-- Opening Marker --

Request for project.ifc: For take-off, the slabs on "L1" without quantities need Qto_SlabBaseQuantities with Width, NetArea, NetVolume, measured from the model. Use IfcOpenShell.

First a look at what the model holds.

```python
import ifcopenshell
import ifcopenshell.util.element
import ifcopenshell.util.unit

model = ifcopenshell.open("project.ifc")
print(model.schema)
for unit_type in ("LENGTHUNIT", "AREAUNIT", "VOLUMEUNIT"):
    print(unit_type, ifcopenshell.util.unit.calculate_unit_scale(model, unit_type))
storey = next(s for s in model.by_type("IfcBuildingStorey") if s.Name == "L1")
slabs = [e for e in ifcopenshell.util.element.get_decomposition(storey) if e.is_a("IfcSlab")]
for e in sorted(slabs, key=lambda e: e.id()):
    print(e.id(), e.is_a(), e.Name, list(ifcopenshell.util.element.get_psets(e, qtos_only=True)), sep=" | ")
```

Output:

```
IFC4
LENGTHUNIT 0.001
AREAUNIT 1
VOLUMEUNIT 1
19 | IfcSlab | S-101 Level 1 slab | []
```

```python
import ifcopenshell
import ifcopenshell.api.pset
import ifcopenshell.geom
import ifcopenshell.util.element
import ifcopenshell.util.shape
import ifcopenshell.util.unit

model = ifcopenshell.open("project.ifc")
unit_scale = ifcopenshell.util.unit.calculate_unit_scale(model)
area_scale = ifcopenshell.util.unit.calculate_unit_scale(model, "AREAUNIT")
volume_scale = ifcopenshell.util.unit.calculate_unit_scale(model, "VOLUMEUNIT")
settings = ifcopenshell.geom.settings()

storey = next(s for s in model.by_type("IfcBuildingStorey") if s.Name == "L1")
slabs = [e for e in ifcopenshell.util.element.get_decomposition(storey) if e.is_a("IfcSlab")]

for e in sorted(slabs, key=lambda e: e.id()):
    if ifcopenshell.util.element.get_psets(e, qtos_only=True, should_inherit=False):
        continue
    # Geometry comes back in metres, in the element's own axes.
    shape = ifcopenshell.geom.create_shape(settings, e)
    values = {
        "Width": ifcopenshell.util.shape.get_z(shape.geometry) / unit_scale,
        "NetArea": ifcopenshell.util.shape.get_footprint_area(shape.geometry) / area_scale,
        "NetVolume": ifcopenshell.util.shape.get_volume(shape.geometry) / volume_scale,
    }
    qto = ifcopenshell.api.pset.add_qto(model, product=e, name="Qto_SlabBaseQuantities")
    ifcopenshell.api.pset.edit_qto(model, qto=qto, properties=values)
    print(e.id(), {k: round(v, 3) for k, v in values.items()})

model.write("project-out.ifc")
```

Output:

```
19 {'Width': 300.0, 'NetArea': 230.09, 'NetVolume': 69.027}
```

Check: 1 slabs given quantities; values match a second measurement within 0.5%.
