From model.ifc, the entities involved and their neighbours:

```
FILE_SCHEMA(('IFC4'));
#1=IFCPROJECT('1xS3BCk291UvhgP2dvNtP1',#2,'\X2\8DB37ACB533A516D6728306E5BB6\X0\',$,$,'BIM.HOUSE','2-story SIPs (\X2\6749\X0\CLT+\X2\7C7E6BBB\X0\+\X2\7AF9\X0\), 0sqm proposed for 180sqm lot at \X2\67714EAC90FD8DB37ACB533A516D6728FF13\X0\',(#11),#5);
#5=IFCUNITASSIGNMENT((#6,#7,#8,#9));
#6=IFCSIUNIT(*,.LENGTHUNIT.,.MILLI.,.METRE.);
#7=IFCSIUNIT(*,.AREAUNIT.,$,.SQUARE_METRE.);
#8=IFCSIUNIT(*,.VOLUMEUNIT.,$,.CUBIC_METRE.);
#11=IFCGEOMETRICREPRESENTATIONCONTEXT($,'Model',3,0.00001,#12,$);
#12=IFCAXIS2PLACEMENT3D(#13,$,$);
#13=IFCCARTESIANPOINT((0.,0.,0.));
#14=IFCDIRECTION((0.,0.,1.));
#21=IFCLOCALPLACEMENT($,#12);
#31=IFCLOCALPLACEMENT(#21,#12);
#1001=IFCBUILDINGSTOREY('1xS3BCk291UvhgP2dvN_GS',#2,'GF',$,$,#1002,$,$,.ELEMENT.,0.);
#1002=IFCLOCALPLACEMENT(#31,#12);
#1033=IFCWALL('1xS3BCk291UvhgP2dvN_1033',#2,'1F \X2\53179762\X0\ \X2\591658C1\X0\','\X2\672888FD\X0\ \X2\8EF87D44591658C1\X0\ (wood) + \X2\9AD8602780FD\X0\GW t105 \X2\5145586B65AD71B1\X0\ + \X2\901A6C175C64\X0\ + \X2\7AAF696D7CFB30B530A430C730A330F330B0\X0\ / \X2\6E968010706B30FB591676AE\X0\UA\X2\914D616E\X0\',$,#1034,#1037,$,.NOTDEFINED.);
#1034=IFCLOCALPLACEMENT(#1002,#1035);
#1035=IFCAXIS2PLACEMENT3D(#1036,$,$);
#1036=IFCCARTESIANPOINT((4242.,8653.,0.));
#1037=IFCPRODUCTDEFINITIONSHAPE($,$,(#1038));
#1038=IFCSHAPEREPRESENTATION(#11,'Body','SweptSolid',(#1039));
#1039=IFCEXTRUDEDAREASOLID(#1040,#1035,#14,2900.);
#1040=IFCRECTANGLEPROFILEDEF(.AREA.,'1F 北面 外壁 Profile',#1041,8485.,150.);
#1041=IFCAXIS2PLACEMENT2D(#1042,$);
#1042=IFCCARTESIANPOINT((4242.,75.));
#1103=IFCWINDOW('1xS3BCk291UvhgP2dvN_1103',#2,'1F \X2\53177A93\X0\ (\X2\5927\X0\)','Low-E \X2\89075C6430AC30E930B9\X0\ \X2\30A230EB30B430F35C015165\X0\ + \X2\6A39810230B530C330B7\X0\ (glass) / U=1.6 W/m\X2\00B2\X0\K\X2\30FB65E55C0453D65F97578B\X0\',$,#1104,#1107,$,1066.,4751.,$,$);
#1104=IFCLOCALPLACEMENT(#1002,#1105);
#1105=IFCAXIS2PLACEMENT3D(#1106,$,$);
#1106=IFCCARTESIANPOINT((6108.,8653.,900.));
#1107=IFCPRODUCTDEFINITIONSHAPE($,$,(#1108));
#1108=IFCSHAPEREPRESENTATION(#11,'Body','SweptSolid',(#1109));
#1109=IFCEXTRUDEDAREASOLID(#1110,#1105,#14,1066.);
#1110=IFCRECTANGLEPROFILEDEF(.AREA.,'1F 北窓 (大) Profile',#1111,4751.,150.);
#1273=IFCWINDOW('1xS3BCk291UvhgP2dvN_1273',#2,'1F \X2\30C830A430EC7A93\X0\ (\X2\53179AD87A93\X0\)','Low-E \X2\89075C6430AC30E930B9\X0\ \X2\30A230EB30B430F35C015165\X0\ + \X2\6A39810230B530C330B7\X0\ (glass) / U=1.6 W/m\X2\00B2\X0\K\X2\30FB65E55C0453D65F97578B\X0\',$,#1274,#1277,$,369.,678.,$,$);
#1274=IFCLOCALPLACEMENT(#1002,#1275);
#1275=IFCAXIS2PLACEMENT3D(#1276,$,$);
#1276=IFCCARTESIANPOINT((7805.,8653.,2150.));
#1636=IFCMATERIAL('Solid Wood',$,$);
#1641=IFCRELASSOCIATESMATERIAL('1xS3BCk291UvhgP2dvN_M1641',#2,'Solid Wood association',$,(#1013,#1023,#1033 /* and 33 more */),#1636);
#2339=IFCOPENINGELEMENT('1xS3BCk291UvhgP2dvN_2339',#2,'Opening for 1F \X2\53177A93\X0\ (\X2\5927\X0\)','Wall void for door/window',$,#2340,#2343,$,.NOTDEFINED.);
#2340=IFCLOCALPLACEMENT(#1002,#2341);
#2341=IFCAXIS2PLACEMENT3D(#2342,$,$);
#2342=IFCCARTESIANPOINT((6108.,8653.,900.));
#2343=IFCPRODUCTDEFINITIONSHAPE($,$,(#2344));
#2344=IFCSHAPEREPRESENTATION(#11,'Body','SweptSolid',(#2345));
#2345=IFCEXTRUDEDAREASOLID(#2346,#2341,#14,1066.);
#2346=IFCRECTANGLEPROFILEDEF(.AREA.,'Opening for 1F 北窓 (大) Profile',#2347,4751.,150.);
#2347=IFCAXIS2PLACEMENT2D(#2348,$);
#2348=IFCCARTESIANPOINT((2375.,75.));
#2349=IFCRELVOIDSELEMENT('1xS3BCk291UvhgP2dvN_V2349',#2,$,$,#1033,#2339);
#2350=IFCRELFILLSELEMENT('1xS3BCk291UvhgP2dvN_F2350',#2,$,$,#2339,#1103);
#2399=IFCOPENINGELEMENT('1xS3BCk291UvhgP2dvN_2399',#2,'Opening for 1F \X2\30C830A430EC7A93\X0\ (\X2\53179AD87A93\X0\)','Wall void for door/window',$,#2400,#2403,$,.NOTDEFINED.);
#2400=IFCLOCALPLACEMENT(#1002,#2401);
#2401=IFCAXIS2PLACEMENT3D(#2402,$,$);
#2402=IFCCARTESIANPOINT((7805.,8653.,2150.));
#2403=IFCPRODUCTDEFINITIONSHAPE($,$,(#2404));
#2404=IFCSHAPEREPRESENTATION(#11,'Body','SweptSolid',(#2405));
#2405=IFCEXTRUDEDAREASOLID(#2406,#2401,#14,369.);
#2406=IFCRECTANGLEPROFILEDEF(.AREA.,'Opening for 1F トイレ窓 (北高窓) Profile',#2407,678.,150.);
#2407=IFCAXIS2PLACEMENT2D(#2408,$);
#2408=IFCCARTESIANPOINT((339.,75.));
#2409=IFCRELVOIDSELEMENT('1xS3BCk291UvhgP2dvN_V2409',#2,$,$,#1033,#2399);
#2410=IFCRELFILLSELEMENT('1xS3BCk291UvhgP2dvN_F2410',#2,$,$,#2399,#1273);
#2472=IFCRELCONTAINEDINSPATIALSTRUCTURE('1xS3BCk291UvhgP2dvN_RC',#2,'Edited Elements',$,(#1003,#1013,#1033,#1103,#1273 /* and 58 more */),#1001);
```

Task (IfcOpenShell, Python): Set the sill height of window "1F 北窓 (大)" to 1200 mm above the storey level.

```python
import numpy as np
import ifcopenshell
import ifcopenshell.api.geometry
import ifcopenshell.geom
import ifcopenshell.util.element
import ifcopenshell.util.placement
import ifcopenshell.util.shape
import ifcopenshell.util.unit

model = ifcopenshell.open("model.ifc")
unit_scale = ifcopenshell.util.unit.calculate_unit_scale(model)

window = model.by_guid("1xS3BCk291UvhgP2dvN_1103")
opening = window.FillsVoids[0].RelatingOpeningElement
storey = ifcopenshell.util.element.get_container(window, ifc_class="IfcBuildingStorey")
level = ifcopenshell.util.placement.get_local_placement(storey.ObjectPlacement)[2, 3]

# The opening's origin need not be at the sill, so measure its lowest point.
shape = ifcopenshell.geom.create_shape(ifcopenshell.geom.settings(), opening)
bottom = ifcopenshell.util.shape.get_shape_bottom_elevation(shape, shape.geometry) / unit_scale
dz = level + 1200.0 - bottom

shift = np.array([0.0, 0.0, dz])
# The window is not placed relative to its opening, so move both.
for product in (opening, window):
    matrix = ifcopenshell.util.placement.get_local_placement(product.ObjectPlacement)
    matrix[:3, 3] += shift
    ifcopenshell.api.geometry.edit_object_placement(model, product=product, matrix=matrix, is_si=False)

print(f"moved by {dz * unit_scale:+.3f} m")

model.write("model_edited.ifc")
```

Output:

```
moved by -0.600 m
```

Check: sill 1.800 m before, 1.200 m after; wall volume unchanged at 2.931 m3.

-- Closing Marker --

■ Your instructions: Every line in the data that holds the string "IFCSHAPEREPRESENTATION" should be copied.

■ Solution to this problem:
#1038=IFCSHAPEREPRESENTATION(#11,'Body','SweptSolid',(#1039));
#1108=IFCSHAPEREPRESENTATION(#11,'Body','SweptSolid',(#1109));
#2344=IFCSHAPEREPRESENTATION(#11,'Body','SweptSolid',(#2345));
#2404=IFCSHAPEREPRESENTATION(#11,'Body','SweptSolid',(#2405));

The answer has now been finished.